======== AVAILABLE DATA
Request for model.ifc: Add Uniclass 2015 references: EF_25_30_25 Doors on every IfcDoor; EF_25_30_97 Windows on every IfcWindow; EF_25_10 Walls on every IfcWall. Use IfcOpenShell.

First a look at what the model holds.

```python
import ifcopenshell

model = ifcopenshell.open("model.ifc")
print(model.schema)
print("classifications:", [c.Name for c in model.by_type("IfcClassification")])
for ifc_class in ("IfcDoor", "IfcRoof", "IfcStair", "IfcWall", "IfcWindow"):
    print(ifc_class, len(model.by_type(ifc_class)))
```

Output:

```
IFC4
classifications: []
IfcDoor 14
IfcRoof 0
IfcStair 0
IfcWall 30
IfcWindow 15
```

```python
import ifcopenshell
import ifcopenshell.api.classification

model = ifcopenshell.open("model.ifc")

system = ifcopenshell.api.classification.add_classification(model, classification="Uniclass 2015")

codes = {
    "IfcDoor": ("EF_25_30_25", "Doors"),
    "IfcWindow": ("EF_25_30_97", "Windows"),
    "IfcWall": ("EF_25_10", "Walls"),
}
for ifc_class, (code, name) in codes.items():
    products = model.by_type(ifc_class)
    ifcopenshell.api.classification.add_reference(
        model, products=products, classification=system, identification=code, name=name
    )
    print(code, len(products))

model.write("model_edited.ifc")
```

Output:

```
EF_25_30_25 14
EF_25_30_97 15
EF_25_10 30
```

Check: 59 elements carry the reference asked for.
================
▶ [EXERCISE INSTRUCTIONS]
Restate every entry above exactly as it stands.

▶ [SOLUTION TO THIS TASK]
Request for model.ifc: Add Uniclass 2015 references: EF_25_30_25 Doors on every IfcDoor; EF_25_30_97 Windows on every IfcWindow; EF_25_10 Walls on every IfcWall. Use IfcOpenShell.

First a look at what the model holds.

```python
import ifcopenshell

model = ifcopenshell.open("model.ifc")
print(model.schema)
print("classifications:", [c.Name for c in model.by_type("IfcClassification")])
for ifc_class in ("IfcDoor", "IfcRoof", "IfcStair", "IfcWall", "IfcWindow"):
    print(ifc_class, len(model.by_type(ifc_class)))
```

Output:

```
IFC4
classifications: []
IfcDoor 14
IfcRoof 0
IfcStair 0
IfcWall 30
IfcWindow 15
```

```python
import ifcopenshell
import ifcopenshell.api.classification

model = ifcopenshell.open("model.ifc")

system = ifcopenshell.api.classification.add_classification(model, classification="Uniclass 2015")

codes = {
    "IfcDoor": ("EF_25_30_25", "Doors"),
    "IfcWindow": ("EF_25_30_97", "Windows"),
    "IfcWall": ("EF_25_10", "Walls"),
}
for ifc_class, (code, name) in codes.items():
    products = model.by_type(ifc_class)
    ifcopenshell.api.classification.add_reference(
        model, products=products, classification=system, identification=code, name=name
    )
    print(code, len(products))

model.write("model_edited.ifc")
```

Output:

```
EF_25_30_25 14
EF_25_30_97 15
EF_25_10 30
```

Check: 59 elements carry the reference asked for.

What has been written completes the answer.